Esta é uma questão ampla, mas destacaria dois aspectos: a intolerância com as religiões alheias e e um forte incentivo à prosperidade financeira, não propriamente por meio do trabalho formal mas a partir do estímulo a uma postura empreendedora por parte dos fiéis. A meu ver, este segundo aspecto está em sintonia com o contexto de crescente informalidade no mundo do trabalho que exigem soluções criativas e autônomas para a geração de renda. É menos uma ética do trabalho típica do protestantismo clássico e mais uma "viração" no mundo do trabalho para ter uma ascenção social sem culpa.
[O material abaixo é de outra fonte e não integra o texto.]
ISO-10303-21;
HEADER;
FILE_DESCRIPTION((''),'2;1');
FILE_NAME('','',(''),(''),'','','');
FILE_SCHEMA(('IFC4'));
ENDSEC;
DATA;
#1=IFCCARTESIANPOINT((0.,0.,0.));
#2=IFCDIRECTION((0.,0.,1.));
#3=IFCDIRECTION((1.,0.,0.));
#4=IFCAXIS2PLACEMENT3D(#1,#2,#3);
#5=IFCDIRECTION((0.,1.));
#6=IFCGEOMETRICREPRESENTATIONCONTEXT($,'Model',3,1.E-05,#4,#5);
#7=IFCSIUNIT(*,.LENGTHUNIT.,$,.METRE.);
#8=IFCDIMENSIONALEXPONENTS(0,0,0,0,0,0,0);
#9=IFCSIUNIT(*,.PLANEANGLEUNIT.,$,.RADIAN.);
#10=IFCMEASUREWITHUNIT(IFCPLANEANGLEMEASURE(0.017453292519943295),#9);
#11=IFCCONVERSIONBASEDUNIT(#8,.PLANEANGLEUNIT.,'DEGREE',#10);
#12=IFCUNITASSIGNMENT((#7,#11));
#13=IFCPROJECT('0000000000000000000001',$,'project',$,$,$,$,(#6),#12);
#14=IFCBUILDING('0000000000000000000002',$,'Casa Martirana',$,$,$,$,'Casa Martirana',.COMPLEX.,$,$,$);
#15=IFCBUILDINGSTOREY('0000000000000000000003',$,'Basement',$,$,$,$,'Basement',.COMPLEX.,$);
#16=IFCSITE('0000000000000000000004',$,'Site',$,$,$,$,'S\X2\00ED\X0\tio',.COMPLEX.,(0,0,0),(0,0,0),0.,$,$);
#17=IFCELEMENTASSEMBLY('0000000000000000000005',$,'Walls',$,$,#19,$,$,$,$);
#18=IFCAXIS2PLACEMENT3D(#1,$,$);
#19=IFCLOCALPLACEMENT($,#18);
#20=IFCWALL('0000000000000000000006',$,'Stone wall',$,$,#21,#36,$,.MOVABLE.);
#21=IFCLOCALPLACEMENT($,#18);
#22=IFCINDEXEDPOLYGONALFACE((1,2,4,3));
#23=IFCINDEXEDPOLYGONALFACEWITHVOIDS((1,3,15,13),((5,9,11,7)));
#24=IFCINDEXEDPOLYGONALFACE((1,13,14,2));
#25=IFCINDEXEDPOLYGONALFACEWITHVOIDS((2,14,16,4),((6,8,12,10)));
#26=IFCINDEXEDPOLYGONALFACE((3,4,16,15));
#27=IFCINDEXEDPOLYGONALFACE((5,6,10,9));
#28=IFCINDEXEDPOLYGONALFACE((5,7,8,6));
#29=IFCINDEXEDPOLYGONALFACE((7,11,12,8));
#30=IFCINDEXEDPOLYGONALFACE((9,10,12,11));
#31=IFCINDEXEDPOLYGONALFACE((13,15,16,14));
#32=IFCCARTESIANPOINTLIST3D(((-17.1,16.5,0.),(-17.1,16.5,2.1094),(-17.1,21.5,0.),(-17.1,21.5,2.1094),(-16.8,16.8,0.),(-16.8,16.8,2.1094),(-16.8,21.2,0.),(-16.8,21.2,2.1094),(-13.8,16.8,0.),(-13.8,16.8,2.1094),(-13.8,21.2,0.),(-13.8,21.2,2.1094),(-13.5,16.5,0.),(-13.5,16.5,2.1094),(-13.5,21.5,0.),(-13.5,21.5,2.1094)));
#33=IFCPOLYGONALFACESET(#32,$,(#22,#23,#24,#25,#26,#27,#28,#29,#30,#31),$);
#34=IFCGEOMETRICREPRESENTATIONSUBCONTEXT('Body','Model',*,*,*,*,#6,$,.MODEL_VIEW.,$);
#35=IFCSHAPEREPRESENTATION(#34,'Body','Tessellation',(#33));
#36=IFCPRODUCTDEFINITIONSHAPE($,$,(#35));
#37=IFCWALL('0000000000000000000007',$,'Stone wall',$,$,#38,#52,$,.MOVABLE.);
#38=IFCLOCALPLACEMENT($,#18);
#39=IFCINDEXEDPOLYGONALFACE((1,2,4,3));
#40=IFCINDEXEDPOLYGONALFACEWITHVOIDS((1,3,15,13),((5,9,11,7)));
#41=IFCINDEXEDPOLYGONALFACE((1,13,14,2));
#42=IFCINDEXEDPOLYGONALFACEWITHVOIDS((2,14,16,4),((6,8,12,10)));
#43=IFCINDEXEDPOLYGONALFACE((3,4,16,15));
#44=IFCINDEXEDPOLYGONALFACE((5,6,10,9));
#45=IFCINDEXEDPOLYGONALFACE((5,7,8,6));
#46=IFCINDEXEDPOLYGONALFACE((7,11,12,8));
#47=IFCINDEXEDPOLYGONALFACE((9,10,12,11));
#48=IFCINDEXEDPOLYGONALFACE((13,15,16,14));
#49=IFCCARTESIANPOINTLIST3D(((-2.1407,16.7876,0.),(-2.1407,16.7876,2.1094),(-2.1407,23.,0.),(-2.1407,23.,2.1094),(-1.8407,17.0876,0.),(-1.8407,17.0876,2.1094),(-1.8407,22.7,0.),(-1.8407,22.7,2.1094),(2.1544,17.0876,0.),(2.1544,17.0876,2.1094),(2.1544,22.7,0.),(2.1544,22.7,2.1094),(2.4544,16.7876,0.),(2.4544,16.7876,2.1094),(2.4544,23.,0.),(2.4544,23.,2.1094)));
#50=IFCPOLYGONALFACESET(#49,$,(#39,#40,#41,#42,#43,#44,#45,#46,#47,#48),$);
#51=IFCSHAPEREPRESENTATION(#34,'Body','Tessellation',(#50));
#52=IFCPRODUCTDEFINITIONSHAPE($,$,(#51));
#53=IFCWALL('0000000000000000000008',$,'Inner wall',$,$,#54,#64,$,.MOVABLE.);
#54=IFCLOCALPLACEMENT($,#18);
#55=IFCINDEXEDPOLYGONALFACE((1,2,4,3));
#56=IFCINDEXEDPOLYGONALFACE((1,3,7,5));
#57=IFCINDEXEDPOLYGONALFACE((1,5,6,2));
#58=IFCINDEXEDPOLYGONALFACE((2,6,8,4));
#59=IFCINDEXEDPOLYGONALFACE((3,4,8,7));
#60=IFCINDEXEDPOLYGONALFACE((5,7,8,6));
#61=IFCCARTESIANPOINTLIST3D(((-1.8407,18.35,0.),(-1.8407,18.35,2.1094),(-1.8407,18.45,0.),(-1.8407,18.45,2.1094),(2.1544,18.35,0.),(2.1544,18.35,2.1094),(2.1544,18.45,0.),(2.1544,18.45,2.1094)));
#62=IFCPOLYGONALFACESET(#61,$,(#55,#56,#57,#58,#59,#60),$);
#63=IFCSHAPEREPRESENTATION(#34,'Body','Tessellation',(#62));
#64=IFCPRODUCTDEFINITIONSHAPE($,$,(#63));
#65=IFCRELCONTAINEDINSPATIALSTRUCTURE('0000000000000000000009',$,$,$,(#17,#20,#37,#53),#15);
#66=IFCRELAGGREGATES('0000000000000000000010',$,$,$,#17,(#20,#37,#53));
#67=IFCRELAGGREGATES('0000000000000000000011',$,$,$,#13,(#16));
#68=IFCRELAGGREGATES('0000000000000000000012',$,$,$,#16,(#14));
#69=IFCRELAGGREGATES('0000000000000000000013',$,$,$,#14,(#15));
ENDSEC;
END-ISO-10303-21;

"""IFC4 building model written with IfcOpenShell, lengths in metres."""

from ifc_helpers import new_model, entity, si_unit, converted_unit, direction, frame, origin_with_axes, origin_2d_with_axis, place, context, subcontext, project, spatial, polyline, rectangle, outline, extrude, element, aggregate, save


model = new_model("IFC4")

# Units and contexts
model_context = context("Model", 3, precision=1e-05, world=origin_with_axes(), true_north=direction((0.0, 1.0)))
body_context = subcontext(model_context, "Body", "Model", "MODEL_VIEW")
ifc_project = project(units=[si_unit("LENGTHUNIT", "METRE"), converted_unit("PLANEANGLEUNIT", "DEGREE", entity("IfcPlaneAngleMeasure", 0.017453292519943295), si_unit("PLANEANGLEUNIT", "RADIAN"), dimensions=[0, 0, 0, 0, 0, 0, 0])], contexts=[model_context])

# Site, building, storey
site = spatial("IfcSite", under=ifc_project, Name="Site", LongName="Sítio", CompositionType="COMPLEX", RefLatitude=(0, 0, 0), RefLongitude=(0, 0, 0), RefElevation=0.0)
building = spatial("IfcBuilding", under=site, Name="Casa Martirana", LongName="Casa Martirana", CompositionType="COMPLEX")
storey = spatial("IfcBuildingStorey", under=building, Name="Basement", LongName="Basement", CompositionType="COMPLEX")

# Shared definitions
placement = place(None, origin_with_axes())

# Element assembly, walls
assembly_1 = element("IfcElementAssembly", 1, inside=storey, Name="Walls")
wall_1 = element("IfcWall", 2, at=placement, inside=storey, Name="Stone wall", PredefinedType="MOVABLE", context=body_context, shape_type="SweptSolid", body=[
    extrude(outline(polyline([(-1.8, -2.5), (1.8, -2.5), (1.8, 2.5), (-1.8, 2.5), (-1.8, -2.5)]), holes=[polyline([(1.5, 2.2), (-1.5, 2.2), (-1.5, -2.2), (1.5, -2.2), (1.5, 2.2)])]), frame((-15.3, 19.0, 0.0), z_axis=(0.0, 0.0, 1.0), x_axis=(1.0, 0.0, 0.0)), (0.0, 0.0, 1.0), 2.1094),
])
wall_2 = element("IfcWall", 3, at=placement, inside=storey, Name="Stone wall", PredefinedType="MOVABLE", context=body_context, shape_type="SweptSolid", body=[
    extrude(outline(polyline([(-2.2975, -3.1062), (2.2975, -3.1062), (2.2975, 3.1062), (-2.2975, 3.1062), (-2.2975, -3.1062)]), holes=[polyline([(1.9975, 2.8062), (-1.9975, 2.8062), (-1.9975, -2.8062), (1.9975, -2.8062), (1.9975, 2.8062)])]), frame((0.1569, 19.8938, 0.0), z_axis=(0.0, 0.0, 1.0), x_axis=(1.0, 0.0, 0.0)), (0.0, 0.0, 1.0), 2.1094),
])
wall_3 = element("IfcWall", 4, at=placement, inside=storey, Name="Inner wall", PredefinedType="MOVABLE", context=body_context, shape_type="SweptSolid", body=[
    extrude(rectangle(XDim=3.9951, YDim=0.1, at=origin_2d_with_axis()), frame((0.1569, 18.4, 0.0), z_axis=(0.0, 0.0, 1.0), x_axis=(1.0, 0.0, 0.0)), (0.0, 0.0, 1.0), 2.1094),
])
aggregate(assembly_1, [wall_1, wall_2, wall_3])

save(model, "model.ifc")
E como a Universal se relaciona com a tradição pentecostal brasileira? O que a distingue de outras pentecostais?

Além dessa questão da prosperidade financeira, destaco a interação entre os fiéis. Uma das características do meio protestante e pentecostal é a lógica congregacional, onde templos abrigam uma comunidade de fiéis que convivem por muitos anos entre si, gerando forte lações de amizade e parentesco. Não quero dizer que isto não ocorra na Universal, mas a arquitetura de seus templos (grandes salões), as várias reuniões que são realizadas diariamente, a rotatividade dos pastores entre os templos, entre outros aspectos, não favorecem o fortalecimento dos laços horizontais entre os fiéis como nas igrejas pentecostais mais clássicas. Parece-me uma religiosidade muito mais de massa, de fluxo e midiática que se contrapõe ao ethos congregacional dos "irmãos de fé" encontrado mais explicitamente nas igrejas protestantes como Batista e Presbiteriana e pentecostais tradicionais como a Assembléia de Deus e Congregação Cristã do Brasil. Convém destacar, no entanto, que devido ao sucesso deste modelo no arregimento de fiéis, algumas igrejas mais tradicionais começam a copiar o modelo da Universal.
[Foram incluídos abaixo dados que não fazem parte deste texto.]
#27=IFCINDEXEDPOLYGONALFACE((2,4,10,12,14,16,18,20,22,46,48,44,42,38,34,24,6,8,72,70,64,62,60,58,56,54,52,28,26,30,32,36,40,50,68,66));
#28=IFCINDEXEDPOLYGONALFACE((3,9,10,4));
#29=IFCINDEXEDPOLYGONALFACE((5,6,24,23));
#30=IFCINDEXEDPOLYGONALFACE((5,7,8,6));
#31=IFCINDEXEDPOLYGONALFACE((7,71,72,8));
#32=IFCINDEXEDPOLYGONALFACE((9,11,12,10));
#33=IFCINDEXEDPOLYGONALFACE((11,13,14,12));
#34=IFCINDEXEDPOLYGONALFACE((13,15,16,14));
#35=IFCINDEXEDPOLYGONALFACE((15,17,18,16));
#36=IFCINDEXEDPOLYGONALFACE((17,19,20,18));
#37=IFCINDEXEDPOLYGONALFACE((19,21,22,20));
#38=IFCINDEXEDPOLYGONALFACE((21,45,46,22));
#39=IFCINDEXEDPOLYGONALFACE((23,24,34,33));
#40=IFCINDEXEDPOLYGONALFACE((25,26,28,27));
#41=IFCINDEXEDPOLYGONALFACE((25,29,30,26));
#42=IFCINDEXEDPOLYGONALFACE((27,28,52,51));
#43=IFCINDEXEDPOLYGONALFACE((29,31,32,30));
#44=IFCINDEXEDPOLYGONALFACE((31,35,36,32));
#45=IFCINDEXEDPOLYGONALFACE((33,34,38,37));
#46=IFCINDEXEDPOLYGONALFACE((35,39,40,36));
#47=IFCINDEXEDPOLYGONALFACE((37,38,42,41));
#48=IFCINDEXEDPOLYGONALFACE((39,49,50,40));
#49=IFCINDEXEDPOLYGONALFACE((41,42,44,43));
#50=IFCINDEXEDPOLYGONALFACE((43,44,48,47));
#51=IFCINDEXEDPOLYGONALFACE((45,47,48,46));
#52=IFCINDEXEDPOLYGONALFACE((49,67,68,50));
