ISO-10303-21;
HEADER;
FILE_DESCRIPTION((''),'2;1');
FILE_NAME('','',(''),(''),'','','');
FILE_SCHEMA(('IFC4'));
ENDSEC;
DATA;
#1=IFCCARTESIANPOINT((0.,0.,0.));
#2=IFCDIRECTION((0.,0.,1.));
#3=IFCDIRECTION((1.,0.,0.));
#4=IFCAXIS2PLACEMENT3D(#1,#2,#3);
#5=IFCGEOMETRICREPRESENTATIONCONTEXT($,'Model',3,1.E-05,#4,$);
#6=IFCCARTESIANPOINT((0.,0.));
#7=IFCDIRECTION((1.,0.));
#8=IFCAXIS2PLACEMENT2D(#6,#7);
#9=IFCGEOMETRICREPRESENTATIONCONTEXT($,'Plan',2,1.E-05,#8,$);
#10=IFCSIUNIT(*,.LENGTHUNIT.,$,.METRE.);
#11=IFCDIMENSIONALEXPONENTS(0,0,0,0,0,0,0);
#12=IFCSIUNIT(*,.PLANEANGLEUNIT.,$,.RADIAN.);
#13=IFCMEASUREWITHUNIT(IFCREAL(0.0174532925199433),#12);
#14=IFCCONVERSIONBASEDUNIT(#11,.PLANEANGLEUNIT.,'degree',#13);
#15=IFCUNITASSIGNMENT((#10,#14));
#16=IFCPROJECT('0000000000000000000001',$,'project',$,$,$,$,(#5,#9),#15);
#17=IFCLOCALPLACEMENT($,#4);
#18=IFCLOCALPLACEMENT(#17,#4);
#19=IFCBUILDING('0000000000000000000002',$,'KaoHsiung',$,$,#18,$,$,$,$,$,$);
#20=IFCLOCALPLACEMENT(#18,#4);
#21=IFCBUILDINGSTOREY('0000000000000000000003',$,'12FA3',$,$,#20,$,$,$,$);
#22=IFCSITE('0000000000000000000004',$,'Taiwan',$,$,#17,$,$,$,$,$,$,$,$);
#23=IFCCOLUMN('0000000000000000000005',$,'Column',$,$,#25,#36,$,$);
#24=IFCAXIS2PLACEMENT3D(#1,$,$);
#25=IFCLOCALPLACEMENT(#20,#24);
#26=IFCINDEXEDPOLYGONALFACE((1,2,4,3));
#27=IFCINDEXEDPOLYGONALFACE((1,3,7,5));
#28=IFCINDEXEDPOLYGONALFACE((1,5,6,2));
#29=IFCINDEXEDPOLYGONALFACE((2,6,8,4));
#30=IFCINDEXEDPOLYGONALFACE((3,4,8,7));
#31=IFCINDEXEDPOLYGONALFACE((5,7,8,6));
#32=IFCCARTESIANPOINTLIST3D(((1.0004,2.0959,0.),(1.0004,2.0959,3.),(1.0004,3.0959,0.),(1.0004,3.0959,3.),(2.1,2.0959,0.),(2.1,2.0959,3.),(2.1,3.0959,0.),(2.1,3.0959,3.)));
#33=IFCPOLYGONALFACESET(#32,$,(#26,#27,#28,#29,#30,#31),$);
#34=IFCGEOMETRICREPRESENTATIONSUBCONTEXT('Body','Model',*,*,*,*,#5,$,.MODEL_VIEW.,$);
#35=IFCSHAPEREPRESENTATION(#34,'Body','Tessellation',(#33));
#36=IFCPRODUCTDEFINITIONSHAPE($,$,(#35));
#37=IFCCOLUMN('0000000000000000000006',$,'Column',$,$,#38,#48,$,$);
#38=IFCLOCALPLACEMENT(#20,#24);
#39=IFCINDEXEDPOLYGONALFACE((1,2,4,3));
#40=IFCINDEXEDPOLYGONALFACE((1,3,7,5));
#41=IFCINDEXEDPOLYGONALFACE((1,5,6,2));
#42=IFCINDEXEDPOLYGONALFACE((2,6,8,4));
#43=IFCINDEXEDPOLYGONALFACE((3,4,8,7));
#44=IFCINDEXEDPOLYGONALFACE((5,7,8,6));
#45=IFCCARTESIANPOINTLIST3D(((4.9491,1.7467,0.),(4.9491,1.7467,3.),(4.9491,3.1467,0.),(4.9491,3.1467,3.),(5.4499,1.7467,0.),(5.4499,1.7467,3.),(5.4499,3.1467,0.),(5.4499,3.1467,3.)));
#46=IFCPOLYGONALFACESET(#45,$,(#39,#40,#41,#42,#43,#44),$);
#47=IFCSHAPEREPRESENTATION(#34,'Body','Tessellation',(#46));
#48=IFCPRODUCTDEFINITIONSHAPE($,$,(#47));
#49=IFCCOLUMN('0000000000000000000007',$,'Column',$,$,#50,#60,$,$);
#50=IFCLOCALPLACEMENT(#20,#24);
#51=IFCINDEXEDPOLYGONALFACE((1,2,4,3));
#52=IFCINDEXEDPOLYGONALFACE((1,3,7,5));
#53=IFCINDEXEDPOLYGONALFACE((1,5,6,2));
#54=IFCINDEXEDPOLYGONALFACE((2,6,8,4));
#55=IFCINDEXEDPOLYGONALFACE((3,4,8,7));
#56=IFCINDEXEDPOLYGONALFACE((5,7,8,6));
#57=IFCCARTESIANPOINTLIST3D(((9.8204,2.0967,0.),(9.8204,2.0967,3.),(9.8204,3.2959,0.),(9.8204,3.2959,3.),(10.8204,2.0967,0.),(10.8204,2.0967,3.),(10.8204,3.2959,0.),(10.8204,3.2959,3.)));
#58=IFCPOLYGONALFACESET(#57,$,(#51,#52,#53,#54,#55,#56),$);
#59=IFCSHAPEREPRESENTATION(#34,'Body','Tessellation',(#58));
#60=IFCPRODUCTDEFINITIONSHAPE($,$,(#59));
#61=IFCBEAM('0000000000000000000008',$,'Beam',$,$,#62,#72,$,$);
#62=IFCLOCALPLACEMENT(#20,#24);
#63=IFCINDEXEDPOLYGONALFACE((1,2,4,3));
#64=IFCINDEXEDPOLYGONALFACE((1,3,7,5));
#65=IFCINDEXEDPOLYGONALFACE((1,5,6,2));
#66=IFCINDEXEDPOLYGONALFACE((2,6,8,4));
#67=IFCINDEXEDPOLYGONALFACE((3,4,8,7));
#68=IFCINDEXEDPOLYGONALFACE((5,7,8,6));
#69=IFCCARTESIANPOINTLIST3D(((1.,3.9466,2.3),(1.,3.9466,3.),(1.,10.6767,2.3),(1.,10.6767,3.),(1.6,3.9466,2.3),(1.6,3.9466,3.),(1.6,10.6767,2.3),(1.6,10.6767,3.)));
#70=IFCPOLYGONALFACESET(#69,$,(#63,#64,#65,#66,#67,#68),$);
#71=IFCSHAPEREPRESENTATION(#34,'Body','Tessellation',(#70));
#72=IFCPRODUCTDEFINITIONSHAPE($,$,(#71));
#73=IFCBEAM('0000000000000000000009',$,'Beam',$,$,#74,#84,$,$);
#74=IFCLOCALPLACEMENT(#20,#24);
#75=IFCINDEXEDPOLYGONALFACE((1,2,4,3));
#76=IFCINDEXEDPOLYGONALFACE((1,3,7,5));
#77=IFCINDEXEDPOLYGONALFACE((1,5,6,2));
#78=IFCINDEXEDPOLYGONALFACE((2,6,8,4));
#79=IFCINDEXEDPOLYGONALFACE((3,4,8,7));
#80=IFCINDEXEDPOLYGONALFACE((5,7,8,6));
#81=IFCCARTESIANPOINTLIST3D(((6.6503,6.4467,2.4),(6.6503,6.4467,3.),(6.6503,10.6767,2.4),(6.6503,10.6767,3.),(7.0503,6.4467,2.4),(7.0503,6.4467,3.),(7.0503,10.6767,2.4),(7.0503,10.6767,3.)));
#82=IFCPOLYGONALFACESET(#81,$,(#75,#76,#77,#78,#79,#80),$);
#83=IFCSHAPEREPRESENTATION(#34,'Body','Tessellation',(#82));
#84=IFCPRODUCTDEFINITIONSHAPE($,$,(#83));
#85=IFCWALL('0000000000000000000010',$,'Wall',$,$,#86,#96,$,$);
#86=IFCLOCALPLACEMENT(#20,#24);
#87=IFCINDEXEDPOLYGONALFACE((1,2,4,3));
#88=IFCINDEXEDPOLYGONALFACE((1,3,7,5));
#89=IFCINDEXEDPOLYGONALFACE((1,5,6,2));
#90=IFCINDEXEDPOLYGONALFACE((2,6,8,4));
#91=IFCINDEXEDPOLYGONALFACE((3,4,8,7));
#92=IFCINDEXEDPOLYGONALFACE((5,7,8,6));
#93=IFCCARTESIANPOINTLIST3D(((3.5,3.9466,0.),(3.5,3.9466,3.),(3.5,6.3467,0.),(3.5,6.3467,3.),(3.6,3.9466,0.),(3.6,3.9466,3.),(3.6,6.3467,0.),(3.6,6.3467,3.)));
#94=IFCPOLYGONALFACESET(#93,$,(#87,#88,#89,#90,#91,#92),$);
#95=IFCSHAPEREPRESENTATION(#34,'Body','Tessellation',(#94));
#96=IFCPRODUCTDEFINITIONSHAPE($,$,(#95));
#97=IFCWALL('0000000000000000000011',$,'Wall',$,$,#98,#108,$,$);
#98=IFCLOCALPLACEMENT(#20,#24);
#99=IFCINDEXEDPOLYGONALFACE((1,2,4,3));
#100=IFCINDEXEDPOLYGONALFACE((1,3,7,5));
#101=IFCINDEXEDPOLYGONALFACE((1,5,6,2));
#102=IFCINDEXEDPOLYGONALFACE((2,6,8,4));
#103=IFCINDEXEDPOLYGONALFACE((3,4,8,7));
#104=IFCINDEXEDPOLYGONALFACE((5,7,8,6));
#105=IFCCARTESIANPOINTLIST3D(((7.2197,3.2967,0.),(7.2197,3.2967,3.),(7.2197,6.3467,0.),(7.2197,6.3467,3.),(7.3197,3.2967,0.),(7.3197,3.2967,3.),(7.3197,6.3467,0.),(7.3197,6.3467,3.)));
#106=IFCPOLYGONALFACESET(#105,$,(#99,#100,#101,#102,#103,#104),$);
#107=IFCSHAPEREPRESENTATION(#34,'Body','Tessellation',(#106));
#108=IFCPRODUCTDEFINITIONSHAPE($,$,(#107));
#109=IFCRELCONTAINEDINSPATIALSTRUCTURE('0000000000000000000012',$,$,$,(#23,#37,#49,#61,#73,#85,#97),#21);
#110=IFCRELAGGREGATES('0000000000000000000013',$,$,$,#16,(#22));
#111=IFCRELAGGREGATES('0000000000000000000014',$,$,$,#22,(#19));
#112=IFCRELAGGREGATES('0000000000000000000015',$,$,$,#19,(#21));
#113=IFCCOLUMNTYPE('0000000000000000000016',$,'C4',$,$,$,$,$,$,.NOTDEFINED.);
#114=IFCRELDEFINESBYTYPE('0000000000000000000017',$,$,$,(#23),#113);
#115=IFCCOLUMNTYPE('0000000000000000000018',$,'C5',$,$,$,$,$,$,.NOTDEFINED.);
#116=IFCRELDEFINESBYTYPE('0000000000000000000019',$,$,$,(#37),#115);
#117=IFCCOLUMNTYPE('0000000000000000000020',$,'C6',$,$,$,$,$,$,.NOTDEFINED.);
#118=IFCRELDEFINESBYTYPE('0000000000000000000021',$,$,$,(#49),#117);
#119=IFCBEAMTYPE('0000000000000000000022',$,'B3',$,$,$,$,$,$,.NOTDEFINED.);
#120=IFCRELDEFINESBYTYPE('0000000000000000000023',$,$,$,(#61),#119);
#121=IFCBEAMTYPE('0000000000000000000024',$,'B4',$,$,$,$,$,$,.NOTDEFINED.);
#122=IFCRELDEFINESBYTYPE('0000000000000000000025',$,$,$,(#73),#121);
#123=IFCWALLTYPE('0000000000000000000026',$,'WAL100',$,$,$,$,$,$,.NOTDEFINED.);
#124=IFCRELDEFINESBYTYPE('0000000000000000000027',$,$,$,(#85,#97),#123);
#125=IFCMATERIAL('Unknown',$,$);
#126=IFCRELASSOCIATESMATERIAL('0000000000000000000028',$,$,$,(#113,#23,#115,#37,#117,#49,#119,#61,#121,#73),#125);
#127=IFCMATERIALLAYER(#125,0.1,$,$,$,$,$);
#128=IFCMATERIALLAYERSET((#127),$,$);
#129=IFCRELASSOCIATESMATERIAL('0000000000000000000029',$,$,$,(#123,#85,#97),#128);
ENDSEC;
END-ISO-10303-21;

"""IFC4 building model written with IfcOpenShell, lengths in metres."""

from ifc_helpers import new_model, entity, si_unit, converted_unit, frame, origin_with_axes, origin_2d_with_axis, place, context, subcontext, project, spatial, line, indexed_curve, rectangle, outline, extrude, material, layer, layer_set, layer_usage, material_profile, profile_set, profile_usage, type_object, element, save


model = new_model("IFC4")

# Units and contexts
model_context = context("Model", 3, precision=1e-05, world=origin_with_axes())
plan_context = context("Plan", 2, precision=1e-05, world=origin_2d_with_axis())
body_context_1 = subcontext(model_context, "Body", "Model", "MODEL_VIEW")
ifc_project = project(units=[si_unit("LENGTHUNIT", "METRE"), converted_unit("PLANEANGLEUNIT", "degree", entity("IfcReal", 0.0174532925199433), si_unit("PLANEANGLEUNIT", "RADIAN"), dimensions=[0, 0, 0, 0, 0, 0, 0])], contexts=[model_context, plan_context])

# Site, building, storey
site_placement = place(None, origin_with_axes())
site = spatial("IfcSite", under=ifc_project, at=site_placement, Name="Taiwan")
building_placement = place(site_placement, origin_with_axes())
building = spatial("IfcBuilding", under=site, at=building_placement, Name="KaoHsiung")
storey_placement = place(building_placement, origin_with_axes())
storey = spatial("IfcBuildingStorey", under=building, at=storey_placement, Name="12FA3")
Como se deu a chegada e expansão do pentecostalismo no Brasil?

A literatura sobre o tema costuma organizar a expansão do pentecostalismo em três momentos. O primeiro deu-se com a chegada em São Paulo, em 1910, de um missionário presbiteriano italiano que conheceu o recém-nascido pentecostalismo nos Estados Unidos e fundou a Congregação Cristã do Brasil no bairro do Brás; e a vinda de missionários suecos para Belém do Pará, em 1911, também via Estados Unidos, que fundaram a Assembléia de Deus. O segundo momento refere-se ao surto de expansão nos anos 50, sobretudo com a Cruzada Nacional de Evangelização, também vinda dos Estados Unidos e liderada pela Igreja do Evangelho Quadrangular, que gerou posteriormente as igrejas Deus é Amor e o Brasil Para Cristo. O terceiro momento, também chamado de neopentecostalismo, ocorreu como um processo autóctone a partir do final dos anos 70, do qual surgiram a Igreja Universal, a Internacional da Graça do Reino de Deus, a Renascer em Cristo, dentre outras. Creio que o importante a reter é que se o pentecostalismo é um fenômeno planetário, o Brasil se tornou um pólo emissor dessa religiosidade para outras partes do mundo, sobretudo África, América Latina e mais timidamente para Europa e o próprio Estados Unidos.



É possível hoje traçar um perfil do fiel pentecostal? Quem seria?

No ano que vem, 2010, o pentecostalismo completará 100 anos de Brasil, e o que vemos não é apenas a sua expansão numérica mas também a sua diversificação interna. Creio que falar genericamente do perfil do fiel pentecostal é simplesmente redutor. Temos aquele da teologia da prosperidade, outros ligados a movimentos sociais com militância política, outros mais voltados para uma estética e estilo de vida "gospel", como também aquele crente mais tradicional com homens usando ternos e as mulheres usando obrigatoriamente vestidos e cabelos compridos. Enfim, meu livro sobre a Igreja Universal, sem perder de vista esta diversidade interna, concentra-se em um determinado perfil, que embora específico é um exemplo paradigmático do pentecostalismo contemporâneo.